*** Opening of Data ***

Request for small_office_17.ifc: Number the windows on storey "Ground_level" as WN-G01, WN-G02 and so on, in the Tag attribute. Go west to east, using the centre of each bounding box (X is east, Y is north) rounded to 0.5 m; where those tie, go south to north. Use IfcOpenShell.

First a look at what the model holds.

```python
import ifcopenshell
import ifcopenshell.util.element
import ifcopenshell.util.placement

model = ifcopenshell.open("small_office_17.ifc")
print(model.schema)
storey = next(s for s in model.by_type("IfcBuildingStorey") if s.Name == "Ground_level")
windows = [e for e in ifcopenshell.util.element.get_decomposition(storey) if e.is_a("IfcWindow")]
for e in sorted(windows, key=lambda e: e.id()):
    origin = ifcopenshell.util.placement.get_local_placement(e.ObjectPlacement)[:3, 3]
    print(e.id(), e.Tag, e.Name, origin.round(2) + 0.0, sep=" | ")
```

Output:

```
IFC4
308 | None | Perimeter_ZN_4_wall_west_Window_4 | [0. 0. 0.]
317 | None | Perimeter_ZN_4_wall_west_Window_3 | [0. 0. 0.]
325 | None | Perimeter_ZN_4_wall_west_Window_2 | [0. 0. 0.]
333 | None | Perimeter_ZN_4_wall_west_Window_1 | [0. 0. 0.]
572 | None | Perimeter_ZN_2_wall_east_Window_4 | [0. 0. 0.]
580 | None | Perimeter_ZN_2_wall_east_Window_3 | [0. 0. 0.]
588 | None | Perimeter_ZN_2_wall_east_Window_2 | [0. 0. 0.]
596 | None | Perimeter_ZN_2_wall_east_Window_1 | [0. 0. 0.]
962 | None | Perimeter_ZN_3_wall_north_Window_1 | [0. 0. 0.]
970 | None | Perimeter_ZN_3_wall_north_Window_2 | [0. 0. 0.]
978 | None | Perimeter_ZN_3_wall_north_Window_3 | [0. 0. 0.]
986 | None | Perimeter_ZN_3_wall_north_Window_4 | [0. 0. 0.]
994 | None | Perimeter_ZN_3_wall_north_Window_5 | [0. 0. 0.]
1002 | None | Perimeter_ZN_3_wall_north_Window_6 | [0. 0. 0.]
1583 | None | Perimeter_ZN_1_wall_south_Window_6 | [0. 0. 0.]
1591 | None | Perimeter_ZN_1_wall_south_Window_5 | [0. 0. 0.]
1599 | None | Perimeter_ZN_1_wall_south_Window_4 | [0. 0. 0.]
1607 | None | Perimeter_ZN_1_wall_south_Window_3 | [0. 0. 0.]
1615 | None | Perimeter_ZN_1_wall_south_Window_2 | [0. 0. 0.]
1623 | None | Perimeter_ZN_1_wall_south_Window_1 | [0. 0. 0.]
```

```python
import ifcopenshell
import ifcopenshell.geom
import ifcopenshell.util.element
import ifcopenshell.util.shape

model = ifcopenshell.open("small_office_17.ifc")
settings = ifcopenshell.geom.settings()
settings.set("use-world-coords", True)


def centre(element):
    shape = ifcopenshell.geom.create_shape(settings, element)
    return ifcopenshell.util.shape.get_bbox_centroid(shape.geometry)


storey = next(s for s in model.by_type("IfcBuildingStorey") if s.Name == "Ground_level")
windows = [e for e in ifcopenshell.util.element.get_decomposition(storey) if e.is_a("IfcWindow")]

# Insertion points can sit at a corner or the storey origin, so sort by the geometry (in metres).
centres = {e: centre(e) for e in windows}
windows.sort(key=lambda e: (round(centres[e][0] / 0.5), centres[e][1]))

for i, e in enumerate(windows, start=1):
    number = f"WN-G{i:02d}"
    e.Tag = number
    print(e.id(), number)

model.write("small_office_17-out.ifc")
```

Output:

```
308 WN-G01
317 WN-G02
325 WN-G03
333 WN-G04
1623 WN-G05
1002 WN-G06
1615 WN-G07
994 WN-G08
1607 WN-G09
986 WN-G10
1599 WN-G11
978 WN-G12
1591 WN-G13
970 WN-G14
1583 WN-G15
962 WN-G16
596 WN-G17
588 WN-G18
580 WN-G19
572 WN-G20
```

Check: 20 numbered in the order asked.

*** Close of Data ***

▸ **What the task requires**
Transcribe the data in full, keeping every detail.

▸ **Solution**
Request for small_office_17.ifc: Number the windows on storey "Ground_level" as WN-G01, WN-G02 and so on, in the Tag attribute. Go west to east, using the centre of each bounding box (X is east, Y is north) rounded to 0.5 m; where those tie, go south to north. Use IfcOpenShell.

First a look at what the model holds.

```python
import ifcopenshell
import ifcopenshell.util.element
import ifcopenshell.util.placement

model = ifcopenshell.open("small_office_17.ifc")
print(model.schema)
storey = next(s for s in model.by_type("IfcBuildingStorey") if s.Name == "Ground_level")
windows = [e for e in ifcopenshell.util.element.get_decomposition(storey) if e.is_a("IfcWindow")]
for e in sorted(windows, key=lambda e: e.id()):
    origin = ifcopenshell.util.placement.get_local_placement(e.ObjectPlacement)[:3, 3]
    print(e.id(), e.Tag, e.Name, origin.round(2) + 0.0, sep=" | ")
```

Output:

```
IFC4
308 | None | Perimeter_ZN_4_wall_west_Window_4 | [0. 0. 0.]
317 | None | Perimeter_ZN_4_wall_west_Window_3 | [0. 0. 0.]
325 | None | Perimeter_ZN_4_wall_west_Window_2 | [0. 0. 0.]
333 | None | Perimeter_ZN_4_wall_west_Window_1 | [0. 0. 0.]
572 | None | Perimeter_ZN_2_wall_east_Window_4 | [0. 0. 0.]
580 | None | Perimeter_ZN_2_wall_east_Window_3 | [0. 0. 0.]
588 | None | Perimeter_ZN_2_wall_east_Window_2 | [0. 0. 0.]
596 | None | Perimeter_ZN_2_wall_east_Window_1 | [0. 0. 0.]
962 | None | Perimeter_ZN_3_wall_north_Window_1 | [0. 0. 0.]
970 | None | Perimeter_ZN_3_wall_north_Window_2 | [0. 0. 0.]
978 | None | Perimeter_ZN_3_wall_north_Window_3 | [0. 0. 0.]
986 | None | Perimeter_ZN_3_wall_north_Window_4 | [0. 0. 0.]
994 | None | Perimeter_ZN_3_wall_north_Window_5 | [0. 0. 0.]
1002 | None | Perimeter_ZN_3_wall_north_Window_6 | [0. 0. 0.]
1583 | None | Perimeter_ZN_1_wall_south_Window_6 | [0. 0. 0.]
1591 | None | Perimeter_ZN_1_wall_south_Window_5 | [0. 0. 0.]
1599 | None | Perimeter_ZN_1_wall_south_Window_4 | [0. 0. 0.]
1607 | None | Perimeter_ZN_1_wall_south_Window_3 | [0. 0. 0.]
1615 | None | Perimeter_ZN_1_wall_south_Window_2 | [0. 0. 0.]
1623 | None | Perimeter_ZN_1_wall_south_Window_1 | [0. 0. 0.]
```

```python
import ifcopenshell
import ifcopenshell.geom
import ifcopenshell.util.element
import ifcopenshell.util.shape

model = ifcopenshell.open("small_office_17.ifc")
settings = ifcopenshell.geom.settings()
settings.set("use-world-coords", True)


def centre(element):
    shape = ifcopenshell.geom.create_shape(settings, element)
    return ifcopenshell.util.shape.get_bbox_centroid(shape.geometry)


storey = next(s for s in model.by_type("IfcBuildingStorey") if s.Name == "Ground_level")
windows = [e for e in ifcopenshell.util.element.get_decomposition(storey) if e.is_a("IfcWindow")]

# Insertion points can sit at a corner or the storey origin, so sort by the geometry (in metres).
centres = {e: centre(e) for e in windows}
windows.sort(key=lambda e: (round(centres[e][0] / 0.5), centres[e][1]))

for i, e in enumerate(windows, start=1):
    number = f"WN-G{i:02d}"
    e.Tag = number
    print(e.id(), number)

model.write("small_office_17-out.ifc")
```

Output:

```
308 WN-G01
317 WN-G02
325 WN-G03
333 WN-G04
1623 WN-G05
1002 WN-G06
1615 WN-G07
994 WN-G08
1607 WN-G09
986 WN-G10
1599 WN-G11
978 WN-G12
1591 WN-G13
970 WN-G14
1583 WN-G15
962 WN-G16
596 WN-G17
588 WN-G18
580 WN-G19
572 WN-G20
```

Check: 20 numbered in the order asked.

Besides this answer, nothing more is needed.